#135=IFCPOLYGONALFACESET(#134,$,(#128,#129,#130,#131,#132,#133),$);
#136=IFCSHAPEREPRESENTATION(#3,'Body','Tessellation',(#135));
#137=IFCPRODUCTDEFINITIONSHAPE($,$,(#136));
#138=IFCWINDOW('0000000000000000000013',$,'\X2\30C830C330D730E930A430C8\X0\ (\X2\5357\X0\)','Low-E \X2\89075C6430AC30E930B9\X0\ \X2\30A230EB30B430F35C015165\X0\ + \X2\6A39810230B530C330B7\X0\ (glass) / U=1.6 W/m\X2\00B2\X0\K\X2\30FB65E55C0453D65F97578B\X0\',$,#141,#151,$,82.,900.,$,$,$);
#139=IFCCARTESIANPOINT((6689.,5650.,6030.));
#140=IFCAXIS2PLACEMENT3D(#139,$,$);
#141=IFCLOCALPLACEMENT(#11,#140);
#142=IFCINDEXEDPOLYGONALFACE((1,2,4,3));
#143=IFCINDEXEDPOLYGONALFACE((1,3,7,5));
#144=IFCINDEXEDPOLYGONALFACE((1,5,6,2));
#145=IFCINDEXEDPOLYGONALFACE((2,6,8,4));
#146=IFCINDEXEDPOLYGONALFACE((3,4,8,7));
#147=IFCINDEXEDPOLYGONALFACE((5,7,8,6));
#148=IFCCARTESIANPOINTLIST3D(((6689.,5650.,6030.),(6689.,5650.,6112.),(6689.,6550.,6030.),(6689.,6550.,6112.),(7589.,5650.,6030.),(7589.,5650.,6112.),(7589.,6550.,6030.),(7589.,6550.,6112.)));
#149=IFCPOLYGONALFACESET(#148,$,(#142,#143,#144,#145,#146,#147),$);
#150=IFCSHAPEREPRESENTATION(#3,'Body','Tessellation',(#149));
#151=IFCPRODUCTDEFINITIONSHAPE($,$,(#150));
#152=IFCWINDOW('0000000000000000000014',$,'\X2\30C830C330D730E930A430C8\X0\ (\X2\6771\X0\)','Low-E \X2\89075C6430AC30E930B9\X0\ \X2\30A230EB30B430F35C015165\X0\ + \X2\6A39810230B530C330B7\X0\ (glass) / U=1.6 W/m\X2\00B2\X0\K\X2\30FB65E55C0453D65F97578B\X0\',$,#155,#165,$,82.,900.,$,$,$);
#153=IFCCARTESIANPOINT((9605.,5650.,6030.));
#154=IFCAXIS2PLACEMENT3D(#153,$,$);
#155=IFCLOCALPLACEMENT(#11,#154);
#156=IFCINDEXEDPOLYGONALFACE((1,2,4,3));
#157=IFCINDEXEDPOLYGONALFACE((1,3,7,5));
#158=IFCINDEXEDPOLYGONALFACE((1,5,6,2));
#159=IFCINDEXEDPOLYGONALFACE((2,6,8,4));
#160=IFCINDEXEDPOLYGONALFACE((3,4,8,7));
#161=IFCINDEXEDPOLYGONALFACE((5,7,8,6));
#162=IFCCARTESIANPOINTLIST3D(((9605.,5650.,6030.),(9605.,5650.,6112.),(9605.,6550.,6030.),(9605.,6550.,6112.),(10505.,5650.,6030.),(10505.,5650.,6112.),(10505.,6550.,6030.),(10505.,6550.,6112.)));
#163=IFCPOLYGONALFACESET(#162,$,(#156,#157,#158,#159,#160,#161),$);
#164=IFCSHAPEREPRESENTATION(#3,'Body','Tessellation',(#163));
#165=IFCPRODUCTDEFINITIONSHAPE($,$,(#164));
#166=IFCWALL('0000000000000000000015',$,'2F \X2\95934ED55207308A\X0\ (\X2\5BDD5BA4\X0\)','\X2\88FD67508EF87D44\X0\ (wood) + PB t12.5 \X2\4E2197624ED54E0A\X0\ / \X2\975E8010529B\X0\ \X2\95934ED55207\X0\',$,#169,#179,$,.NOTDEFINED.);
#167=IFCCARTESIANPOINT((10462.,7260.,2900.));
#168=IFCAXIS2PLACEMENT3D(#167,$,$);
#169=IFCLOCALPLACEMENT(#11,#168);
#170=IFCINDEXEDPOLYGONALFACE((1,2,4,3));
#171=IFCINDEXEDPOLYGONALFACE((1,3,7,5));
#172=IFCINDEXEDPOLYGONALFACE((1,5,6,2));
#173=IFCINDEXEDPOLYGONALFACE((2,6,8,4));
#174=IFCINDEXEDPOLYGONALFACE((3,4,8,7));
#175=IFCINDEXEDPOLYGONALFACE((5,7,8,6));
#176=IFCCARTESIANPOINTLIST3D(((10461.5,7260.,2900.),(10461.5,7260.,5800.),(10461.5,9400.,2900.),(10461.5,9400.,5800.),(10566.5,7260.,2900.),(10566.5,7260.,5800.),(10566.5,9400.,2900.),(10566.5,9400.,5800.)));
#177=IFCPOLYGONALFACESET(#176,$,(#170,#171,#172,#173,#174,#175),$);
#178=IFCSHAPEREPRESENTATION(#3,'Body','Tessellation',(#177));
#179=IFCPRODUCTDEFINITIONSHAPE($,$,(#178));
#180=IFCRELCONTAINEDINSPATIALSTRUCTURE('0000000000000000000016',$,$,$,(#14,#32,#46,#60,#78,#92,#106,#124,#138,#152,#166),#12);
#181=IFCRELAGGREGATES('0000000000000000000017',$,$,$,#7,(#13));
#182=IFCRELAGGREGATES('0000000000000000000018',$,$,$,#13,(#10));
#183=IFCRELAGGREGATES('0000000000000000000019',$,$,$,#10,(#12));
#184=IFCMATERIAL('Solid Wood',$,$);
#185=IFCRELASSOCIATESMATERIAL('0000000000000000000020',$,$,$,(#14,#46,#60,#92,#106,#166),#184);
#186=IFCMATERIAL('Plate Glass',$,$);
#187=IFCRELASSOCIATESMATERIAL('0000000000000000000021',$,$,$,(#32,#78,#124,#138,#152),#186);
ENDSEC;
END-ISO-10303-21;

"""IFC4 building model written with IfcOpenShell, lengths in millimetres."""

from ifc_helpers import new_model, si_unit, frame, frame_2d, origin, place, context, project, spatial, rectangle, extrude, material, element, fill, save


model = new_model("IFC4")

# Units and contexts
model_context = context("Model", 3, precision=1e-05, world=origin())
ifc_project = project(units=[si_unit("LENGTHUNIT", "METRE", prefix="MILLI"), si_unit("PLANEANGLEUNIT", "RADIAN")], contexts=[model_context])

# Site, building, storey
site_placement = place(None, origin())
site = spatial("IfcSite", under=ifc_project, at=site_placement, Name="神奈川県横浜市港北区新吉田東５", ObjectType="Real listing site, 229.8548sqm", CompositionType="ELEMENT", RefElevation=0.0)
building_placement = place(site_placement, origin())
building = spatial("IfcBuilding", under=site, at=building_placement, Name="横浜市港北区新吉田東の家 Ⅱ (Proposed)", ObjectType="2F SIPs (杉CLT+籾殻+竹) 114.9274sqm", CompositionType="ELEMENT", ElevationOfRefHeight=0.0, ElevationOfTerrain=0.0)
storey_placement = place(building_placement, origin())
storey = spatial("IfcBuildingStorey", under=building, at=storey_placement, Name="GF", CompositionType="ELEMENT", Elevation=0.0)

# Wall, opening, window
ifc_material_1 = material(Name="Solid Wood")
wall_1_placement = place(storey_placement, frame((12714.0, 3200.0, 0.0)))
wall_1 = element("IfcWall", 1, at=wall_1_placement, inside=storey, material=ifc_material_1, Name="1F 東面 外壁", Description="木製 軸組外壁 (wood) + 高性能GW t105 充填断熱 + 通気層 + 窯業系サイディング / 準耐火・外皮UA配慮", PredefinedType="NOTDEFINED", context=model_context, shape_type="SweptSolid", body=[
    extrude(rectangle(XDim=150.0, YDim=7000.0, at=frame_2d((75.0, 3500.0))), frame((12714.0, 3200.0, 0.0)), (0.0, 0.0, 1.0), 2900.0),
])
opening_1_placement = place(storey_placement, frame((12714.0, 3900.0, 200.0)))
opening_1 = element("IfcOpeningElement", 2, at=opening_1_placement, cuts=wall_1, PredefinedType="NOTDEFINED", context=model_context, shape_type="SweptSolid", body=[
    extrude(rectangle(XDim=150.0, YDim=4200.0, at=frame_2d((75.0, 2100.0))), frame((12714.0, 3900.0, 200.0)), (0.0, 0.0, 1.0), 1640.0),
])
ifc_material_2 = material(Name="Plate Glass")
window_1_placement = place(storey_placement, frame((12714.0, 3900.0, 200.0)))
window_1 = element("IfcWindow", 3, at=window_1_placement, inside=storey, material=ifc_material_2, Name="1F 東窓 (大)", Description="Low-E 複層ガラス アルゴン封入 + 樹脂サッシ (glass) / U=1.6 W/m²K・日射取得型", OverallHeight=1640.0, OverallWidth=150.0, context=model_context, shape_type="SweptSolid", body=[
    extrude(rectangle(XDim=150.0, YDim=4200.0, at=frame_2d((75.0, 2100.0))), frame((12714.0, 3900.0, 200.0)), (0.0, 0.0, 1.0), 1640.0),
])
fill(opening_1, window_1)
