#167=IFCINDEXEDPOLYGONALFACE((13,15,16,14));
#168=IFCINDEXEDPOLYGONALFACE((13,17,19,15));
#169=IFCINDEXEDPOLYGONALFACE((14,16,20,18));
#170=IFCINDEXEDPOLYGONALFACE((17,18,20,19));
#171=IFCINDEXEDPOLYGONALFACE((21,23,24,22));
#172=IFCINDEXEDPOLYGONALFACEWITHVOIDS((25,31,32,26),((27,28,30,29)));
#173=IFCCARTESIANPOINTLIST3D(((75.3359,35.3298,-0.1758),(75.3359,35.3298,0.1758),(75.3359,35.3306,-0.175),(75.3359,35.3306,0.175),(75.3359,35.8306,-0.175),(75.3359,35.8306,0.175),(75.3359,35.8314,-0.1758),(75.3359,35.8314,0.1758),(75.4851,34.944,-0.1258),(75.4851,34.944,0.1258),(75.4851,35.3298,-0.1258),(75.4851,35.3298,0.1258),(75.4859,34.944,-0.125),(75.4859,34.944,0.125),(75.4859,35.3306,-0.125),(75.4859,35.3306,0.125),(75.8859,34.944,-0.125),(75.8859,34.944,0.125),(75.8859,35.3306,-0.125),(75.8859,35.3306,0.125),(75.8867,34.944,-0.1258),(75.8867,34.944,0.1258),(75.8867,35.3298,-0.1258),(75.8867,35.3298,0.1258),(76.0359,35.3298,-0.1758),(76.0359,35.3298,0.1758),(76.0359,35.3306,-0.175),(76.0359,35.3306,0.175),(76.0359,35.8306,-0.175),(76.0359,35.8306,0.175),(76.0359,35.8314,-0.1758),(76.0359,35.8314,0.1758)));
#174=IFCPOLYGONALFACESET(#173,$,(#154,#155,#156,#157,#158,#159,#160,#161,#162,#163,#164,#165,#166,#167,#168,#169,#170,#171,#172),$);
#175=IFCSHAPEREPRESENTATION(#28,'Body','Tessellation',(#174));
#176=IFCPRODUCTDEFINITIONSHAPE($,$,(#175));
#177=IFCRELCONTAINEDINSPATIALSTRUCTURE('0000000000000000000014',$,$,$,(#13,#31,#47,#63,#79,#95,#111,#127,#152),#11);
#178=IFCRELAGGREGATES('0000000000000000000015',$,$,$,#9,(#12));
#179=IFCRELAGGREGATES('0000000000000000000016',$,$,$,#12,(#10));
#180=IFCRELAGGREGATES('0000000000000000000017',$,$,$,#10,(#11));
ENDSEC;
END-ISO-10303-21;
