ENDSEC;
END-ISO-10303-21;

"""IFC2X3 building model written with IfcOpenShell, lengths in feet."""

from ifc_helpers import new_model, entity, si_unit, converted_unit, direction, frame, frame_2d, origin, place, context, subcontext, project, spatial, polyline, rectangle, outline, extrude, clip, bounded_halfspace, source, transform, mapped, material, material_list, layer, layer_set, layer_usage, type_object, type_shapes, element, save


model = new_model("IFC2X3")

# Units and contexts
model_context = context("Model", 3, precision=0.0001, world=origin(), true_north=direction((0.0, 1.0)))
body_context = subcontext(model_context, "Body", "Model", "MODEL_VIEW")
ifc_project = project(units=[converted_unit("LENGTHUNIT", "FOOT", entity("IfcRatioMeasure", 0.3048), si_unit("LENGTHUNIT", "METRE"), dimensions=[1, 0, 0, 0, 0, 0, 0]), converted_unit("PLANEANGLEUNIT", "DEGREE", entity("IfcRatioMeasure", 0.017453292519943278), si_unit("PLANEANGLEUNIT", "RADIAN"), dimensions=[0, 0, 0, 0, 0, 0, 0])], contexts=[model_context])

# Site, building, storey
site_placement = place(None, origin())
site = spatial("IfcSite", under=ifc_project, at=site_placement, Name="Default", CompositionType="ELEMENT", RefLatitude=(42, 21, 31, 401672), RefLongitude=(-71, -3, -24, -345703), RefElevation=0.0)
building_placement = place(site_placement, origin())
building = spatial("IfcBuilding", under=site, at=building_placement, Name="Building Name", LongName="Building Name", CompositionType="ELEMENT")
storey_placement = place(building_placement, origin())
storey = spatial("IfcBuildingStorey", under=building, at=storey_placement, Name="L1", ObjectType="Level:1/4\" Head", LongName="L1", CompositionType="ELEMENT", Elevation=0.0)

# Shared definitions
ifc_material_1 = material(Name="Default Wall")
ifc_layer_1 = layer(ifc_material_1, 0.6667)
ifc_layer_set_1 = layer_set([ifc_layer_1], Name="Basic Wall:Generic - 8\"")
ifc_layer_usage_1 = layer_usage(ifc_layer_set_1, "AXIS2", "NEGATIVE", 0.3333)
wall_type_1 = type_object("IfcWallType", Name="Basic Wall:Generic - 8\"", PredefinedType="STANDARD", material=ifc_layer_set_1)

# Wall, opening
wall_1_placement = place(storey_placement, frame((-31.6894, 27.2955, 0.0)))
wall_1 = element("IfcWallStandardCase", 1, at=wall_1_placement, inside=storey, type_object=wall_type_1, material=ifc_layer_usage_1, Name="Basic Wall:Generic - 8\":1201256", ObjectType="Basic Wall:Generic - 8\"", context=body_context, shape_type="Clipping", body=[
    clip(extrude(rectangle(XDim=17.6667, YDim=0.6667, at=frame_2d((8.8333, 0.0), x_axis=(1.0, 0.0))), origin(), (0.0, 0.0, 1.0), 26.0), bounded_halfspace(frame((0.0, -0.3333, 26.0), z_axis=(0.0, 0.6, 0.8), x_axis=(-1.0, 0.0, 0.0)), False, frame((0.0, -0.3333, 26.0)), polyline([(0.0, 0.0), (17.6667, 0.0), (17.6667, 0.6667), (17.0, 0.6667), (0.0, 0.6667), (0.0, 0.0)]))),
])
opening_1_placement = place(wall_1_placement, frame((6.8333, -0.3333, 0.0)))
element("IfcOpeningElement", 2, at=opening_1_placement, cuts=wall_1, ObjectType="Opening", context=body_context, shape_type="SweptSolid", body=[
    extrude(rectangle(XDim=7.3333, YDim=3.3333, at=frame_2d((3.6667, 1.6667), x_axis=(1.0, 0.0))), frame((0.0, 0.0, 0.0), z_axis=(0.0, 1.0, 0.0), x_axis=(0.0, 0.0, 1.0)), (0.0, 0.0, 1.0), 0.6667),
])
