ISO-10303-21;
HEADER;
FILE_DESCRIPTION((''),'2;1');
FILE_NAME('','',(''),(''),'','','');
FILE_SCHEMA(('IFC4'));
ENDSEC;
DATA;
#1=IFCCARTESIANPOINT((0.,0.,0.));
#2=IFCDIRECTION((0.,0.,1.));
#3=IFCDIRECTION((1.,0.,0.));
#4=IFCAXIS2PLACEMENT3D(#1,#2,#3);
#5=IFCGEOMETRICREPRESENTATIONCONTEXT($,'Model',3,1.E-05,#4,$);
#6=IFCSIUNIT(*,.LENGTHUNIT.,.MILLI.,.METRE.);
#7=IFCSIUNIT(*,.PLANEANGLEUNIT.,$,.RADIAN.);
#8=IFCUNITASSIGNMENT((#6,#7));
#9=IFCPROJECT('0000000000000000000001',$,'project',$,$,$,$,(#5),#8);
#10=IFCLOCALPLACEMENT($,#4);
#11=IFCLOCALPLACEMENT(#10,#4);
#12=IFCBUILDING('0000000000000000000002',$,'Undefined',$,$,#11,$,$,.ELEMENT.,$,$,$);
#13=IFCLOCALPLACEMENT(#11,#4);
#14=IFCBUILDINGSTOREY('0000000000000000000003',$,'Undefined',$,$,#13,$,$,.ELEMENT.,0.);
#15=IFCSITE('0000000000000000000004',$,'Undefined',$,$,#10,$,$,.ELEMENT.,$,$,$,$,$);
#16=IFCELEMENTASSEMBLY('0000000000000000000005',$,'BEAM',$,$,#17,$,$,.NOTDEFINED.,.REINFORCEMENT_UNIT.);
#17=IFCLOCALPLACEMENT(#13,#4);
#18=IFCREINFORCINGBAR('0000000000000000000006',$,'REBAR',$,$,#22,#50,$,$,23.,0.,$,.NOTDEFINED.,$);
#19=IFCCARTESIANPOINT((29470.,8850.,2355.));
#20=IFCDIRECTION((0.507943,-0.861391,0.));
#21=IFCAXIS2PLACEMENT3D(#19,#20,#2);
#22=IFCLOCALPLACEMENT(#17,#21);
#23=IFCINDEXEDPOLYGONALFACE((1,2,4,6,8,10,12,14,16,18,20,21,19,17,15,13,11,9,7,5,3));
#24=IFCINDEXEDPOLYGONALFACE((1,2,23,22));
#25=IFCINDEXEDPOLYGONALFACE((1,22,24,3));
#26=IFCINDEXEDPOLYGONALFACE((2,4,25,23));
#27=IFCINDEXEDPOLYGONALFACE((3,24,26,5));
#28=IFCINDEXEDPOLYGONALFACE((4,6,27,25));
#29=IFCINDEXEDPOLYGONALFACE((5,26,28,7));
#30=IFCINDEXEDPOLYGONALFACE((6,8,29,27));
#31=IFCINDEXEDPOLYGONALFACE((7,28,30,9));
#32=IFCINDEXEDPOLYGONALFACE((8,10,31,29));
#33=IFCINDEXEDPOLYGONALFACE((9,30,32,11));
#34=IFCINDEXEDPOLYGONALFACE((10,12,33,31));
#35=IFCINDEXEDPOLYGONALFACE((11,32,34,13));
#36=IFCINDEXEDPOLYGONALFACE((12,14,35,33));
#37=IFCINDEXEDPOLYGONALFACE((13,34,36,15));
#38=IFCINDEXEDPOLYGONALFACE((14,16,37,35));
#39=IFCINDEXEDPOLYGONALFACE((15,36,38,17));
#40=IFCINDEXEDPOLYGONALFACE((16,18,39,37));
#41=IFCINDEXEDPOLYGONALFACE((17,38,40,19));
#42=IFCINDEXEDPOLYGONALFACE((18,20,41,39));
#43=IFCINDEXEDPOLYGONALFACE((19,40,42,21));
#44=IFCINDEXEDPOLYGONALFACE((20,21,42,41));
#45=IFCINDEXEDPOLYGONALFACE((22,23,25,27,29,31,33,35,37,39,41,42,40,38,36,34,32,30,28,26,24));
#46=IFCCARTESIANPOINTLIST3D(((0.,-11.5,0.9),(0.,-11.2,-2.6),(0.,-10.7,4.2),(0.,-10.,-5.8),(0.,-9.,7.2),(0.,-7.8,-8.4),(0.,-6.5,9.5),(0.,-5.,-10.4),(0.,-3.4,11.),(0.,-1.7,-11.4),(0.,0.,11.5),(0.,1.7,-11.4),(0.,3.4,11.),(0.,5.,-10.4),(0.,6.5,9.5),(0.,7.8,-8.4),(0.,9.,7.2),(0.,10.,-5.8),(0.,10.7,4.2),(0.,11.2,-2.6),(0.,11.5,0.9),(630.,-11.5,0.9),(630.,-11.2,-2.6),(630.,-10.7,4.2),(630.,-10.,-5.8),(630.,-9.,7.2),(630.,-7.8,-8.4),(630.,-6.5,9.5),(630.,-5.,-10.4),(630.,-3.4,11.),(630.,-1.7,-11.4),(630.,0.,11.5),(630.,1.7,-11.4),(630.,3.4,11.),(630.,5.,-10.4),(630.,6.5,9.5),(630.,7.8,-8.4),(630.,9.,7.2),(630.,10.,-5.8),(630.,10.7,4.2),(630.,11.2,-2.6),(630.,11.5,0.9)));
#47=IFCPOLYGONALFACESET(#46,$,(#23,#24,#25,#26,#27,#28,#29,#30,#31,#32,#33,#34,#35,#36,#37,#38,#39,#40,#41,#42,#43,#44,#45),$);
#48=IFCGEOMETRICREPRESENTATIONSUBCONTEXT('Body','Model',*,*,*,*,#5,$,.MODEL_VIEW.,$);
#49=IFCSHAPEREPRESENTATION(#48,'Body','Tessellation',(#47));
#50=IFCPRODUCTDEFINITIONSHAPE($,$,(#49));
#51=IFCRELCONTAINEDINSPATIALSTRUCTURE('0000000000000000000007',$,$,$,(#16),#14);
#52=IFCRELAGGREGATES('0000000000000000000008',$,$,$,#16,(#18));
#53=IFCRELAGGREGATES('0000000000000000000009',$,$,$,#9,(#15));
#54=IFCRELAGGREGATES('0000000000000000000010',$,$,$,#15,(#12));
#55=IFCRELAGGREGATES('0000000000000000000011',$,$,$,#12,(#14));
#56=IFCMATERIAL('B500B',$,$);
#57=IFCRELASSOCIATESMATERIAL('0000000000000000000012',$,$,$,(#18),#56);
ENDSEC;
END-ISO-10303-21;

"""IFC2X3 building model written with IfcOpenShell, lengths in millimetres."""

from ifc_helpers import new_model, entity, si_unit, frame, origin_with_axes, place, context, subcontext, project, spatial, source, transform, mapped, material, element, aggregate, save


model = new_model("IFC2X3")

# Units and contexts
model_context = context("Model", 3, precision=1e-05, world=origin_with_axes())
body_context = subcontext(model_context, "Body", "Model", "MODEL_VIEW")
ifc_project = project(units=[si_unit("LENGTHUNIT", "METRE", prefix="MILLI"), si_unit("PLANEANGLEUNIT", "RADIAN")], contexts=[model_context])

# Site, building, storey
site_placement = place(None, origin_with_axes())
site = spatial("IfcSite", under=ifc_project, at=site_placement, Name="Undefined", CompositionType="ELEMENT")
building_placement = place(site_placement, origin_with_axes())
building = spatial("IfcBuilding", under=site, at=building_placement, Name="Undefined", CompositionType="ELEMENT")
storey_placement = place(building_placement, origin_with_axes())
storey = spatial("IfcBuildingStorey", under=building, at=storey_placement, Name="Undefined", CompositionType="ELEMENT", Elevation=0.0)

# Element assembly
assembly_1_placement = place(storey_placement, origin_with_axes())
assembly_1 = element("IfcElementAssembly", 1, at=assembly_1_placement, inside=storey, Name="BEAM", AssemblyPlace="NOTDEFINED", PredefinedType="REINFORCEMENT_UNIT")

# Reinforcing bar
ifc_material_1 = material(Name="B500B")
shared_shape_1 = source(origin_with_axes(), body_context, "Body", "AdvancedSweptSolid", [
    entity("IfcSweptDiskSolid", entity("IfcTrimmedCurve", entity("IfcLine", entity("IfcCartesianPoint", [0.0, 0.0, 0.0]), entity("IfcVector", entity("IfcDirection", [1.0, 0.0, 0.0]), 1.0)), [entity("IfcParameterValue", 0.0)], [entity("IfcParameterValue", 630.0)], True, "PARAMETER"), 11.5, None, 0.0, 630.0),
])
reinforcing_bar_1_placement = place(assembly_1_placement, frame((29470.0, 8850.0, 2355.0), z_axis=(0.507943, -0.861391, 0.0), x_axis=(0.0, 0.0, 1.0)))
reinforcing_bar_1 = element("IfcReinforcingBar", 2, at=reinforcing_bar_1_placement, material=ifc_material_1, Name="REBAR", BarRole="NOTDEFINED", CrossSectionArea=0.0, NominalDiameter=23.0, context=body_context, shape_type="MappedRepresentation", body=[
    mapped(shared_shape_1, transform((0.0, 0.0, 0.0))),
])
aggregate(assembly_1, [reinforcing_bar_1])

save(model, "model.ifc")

----

Once you have identified the lines above that contain "Plate", copy each of them.

▶ Response below:
#186=IFCMATERIAL('Plate Glass',$,$);
ifc_material_2 = material(Name="Plate Glass")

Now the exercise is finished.